Some rides, during the first 30 minutes, my HR hits 130 bpm just coasting down the slight hill from my parking lot and pegs around 160-170 bpm on the first hill. After an hour it settles down and stays around 130 for consistent moderate efforts and hits 160+ only on maximum efforts.

But this past week I couldn't get my heart rate above 140 bpm, even on efforts that usually bump it to 160+. My usual resting pulse is around 65, but it's been as low as 58 the past few days, and my BP was as low as 104/48 (I usually run around 120/60). Probably due to a muscle relaxer I take for neck and shoulder spasms from injuries. But it seemed to persist more than 24 hours. I don't take that med often, less than once a month, so maybe that's just how long it takes to clear my system.

And my endocrinologist just increased my thyroid meds, so I'll probably see some increase in BP and HR when it takes effect. Then it'll probably settle down again after a few weeks.

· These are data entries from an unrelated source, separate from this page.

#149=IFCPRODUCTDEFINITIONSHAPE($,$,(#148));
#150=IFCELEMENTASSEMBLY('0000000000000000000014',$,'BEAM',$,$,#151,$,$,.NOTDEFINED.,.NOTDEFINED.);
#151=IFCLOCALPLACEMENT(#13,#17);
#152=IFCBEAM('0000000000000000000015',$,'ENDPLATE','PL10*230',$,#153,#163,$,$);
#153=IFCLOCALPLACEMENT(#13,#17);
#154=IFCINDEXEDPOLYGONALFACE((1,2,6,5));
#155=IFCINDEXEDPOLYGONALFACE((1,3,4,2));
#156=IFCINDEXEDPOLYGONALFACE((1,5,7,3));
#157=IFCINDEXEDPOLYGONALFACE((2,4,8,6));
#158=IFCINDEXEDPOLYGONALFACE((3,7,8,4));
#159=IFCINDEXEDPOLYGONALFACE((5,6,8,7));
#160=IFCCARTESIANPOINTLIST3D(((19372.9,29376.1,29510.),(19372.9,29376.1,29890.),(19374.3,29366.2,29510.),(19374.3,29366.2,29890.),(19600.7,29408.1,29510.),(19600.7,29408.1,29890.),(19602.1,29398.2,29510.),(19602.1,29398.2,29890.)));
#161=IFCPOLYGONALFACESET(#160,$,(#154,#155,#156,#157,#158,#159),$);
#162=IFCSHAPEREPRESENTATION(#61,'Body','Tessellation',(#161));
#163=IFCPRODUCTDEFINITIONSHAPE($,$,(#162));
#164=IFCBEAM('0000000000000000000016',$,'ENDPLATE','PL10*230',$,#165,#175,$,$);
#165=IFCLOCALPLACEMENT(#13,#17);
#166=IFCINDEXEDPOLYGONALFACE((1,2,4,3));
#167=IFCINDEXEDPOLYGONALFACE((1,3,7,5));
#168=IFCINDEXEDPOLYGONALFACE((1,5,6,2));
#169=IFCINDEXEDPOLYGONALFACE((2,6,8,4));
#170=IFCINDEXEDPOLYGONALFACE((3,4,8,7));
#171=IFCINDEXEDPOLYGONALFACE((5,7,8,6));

Another factor for me is riding style. For years I was a spinner, around 90 rpm, even before it was fashionable. Just felt natural. But last year I noticed my heart rate pegged way too early on climbs and I'd gas out suddenly. After getting the Tickr I had enough data to confirm that impression.

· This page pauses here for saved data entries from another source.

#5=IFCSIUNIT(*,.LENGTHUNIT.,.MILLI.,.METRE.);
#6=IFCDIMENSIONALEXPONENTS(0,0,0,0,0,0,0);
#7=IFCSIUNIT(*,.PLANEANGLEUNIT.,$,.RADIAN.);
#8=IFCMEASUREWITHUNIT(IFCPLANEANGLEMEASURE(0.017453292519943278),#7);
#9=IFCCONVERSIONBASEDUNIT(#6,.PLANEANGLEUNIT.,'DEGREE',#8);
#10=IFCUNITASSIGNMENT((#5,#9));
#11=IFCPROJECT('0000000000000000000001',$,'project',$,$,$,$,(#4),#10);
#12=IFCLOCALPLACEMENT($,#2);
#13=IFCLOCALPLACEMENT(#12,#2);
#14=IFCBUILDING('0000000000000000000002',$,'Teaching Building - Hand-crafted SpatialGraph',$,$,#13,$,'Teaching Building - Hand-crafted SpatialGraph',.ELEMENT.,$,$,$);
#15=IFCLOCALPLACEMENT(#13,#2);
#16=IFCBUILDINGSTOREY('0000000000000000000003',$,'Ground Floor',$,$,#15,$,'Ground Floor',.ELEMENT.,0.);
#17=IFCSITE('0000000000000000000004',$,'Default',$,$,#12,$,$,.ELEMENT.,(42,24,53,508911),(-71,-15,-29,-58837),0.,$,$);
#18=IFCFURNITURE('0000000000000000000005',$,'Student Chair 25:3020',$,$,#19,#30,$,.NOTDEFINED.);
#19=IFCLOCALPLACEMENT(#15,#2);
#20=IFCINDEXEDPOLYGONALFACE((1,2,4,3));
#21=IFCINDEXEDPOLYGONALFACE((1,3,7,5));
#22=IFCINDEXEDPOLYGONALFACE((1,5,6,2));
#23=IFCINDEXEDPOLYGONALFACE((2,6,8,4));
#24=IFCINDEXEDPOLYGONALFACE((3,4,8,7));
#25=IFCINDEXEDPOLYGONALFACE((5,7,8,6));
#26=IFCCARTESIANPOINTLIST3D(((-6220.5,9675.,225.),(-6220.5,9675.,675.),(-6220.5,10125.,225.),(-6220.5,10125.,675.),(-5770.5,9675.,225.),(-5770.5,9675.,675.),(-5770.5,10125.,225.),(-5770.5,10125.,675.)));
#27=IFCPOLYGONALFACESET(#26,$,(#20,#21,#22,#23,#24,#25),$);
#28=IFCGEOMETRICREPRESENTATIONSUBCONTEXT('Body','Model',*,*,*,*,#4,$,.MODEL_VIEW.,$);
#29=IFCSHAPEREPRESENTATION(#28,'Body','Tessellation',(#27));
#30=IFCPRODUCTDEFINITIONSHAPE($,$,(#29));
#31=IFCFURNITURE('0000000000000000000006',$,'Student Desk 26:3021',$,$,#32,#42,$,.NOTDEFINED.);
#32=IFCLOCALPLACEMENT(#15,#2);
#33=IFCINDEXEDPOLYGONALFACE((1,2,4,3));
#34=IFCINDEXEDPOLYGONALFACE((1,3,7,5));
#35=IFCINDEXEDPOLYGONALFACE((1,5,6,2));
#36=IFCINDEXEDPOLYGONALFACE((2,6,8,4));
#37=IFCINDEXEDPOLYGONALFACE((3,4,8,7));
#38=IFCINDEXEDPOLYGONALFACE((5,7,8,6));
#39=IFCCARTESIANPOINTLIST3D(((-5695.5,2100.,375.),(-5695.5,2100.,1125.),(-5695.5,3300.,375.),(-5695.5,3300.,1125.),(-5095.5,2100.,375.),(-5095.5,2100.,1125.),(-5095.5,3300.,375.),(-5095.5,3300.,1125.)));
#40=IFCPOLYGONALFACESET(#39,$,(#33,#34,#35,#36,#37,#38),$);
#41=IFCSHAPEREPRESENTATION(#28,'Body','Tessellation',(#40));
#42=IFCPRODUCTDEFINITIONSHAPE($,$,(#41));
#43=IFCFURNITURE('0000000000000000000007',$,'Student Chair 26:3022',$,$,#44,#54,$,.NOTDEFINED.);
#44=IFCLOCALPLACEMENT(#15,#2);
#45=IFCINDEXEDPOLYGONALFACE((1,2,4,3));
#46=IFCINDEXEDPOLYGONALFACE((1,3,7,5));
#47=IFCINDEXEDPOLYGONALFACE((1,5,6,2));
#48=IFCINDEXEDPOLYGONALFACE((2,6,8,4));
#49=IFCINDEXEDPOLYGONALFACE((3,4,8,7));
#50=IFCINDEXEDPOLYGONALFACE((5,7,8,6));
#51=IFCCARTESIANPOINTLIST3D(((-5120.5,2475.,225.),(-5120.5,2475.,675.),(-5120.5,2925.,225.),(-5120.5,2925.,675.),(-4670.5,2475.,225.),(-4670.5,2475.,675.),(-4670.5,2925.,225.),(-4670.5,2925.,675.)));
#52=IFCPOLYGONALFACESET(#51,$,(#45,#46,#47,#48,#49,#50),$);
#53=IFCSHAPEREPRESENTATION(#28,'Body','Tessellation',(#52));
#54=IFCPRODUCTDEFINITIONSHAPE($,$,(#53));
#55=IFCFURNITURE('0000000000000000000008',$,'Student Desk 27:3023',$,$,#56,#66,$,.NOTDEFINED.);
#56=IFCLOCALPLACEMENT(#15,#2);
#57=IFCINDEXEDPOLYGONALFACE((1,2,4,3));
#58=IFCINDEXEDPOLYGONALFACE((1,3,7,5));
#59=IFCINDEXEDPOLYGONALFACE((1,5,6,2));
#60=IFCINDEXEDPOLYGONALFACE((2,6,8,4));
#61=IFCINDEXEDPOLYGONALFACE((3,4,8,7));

I went back to 1990s articles and re-read everything I could find about the reasons for the transition from the old days of slow mashing efforts (it wasn't unusual for pros through the Merckx era to grind as slowly as the mid-40s to low 50s on long climbs). The faster spinning style, practiced by many but mostly attributed to Lance Armstrong under Dr. Ferrari's tutelage, was intended to reduce wear and tear on the legs, which recovered slower than aerobic efforts. A top athlete, trained and accustomed to spinning, would still be in pain from a burning chest, but could recover overnight from that. But cooked legs could take a day or longer to recover. (And, of course, EPO and blood doping helped with the transition to the heavier aerobic demands of spinning.)

Basically, it made no sense for me to emulate a 100-110 rpm spinning style. I'm not racing up to 200 miles a day for three weeks at a time with only a couple of days rest. I'm riding 3-5 times a week, 20-50 miles per ride.

So around August 2019 I deliberately changed pedaling style in favor of a slower cadence and harder gears. Coincidentally I was also riding a new-to-me 1993 Trek 5900 that had been fitted with old school Biopace 52/42 eccentric chainrings. Reportedly those worked better for some cyclists at 80 rpm or slower.

It took a couple of weeks to actually get comfortable with mashing harder gears -- I didn't realize how lazy and poorly toned my legs were. But pretty soon I was comfortable at 60-75 rpm. And, sure enough, my heart rate dropped overall on the same routes, same speed, same perceived efforts (allowing for wind conditions, etc.). I got stronger and faster for the same effort.

So I'm still mostly mashing, although occasionally I'll switch to my normal 90 rpm (it still feels natural to me) just for a change of pace, and to relieve any slight aching in my legs and knees during a ride. Around 5 minutes at a faster cadence in an easier gear is usually enough to recover and go back to slower mashing. And I can see the change in heart rate corresponding with my cadence change.

But that's just me. Dunno if that variation in cadence and gearing would make much difference in heart rate and overall performance for other folks. It'd be interesting to hear from other cyclists who've tried a methodical change in cadence.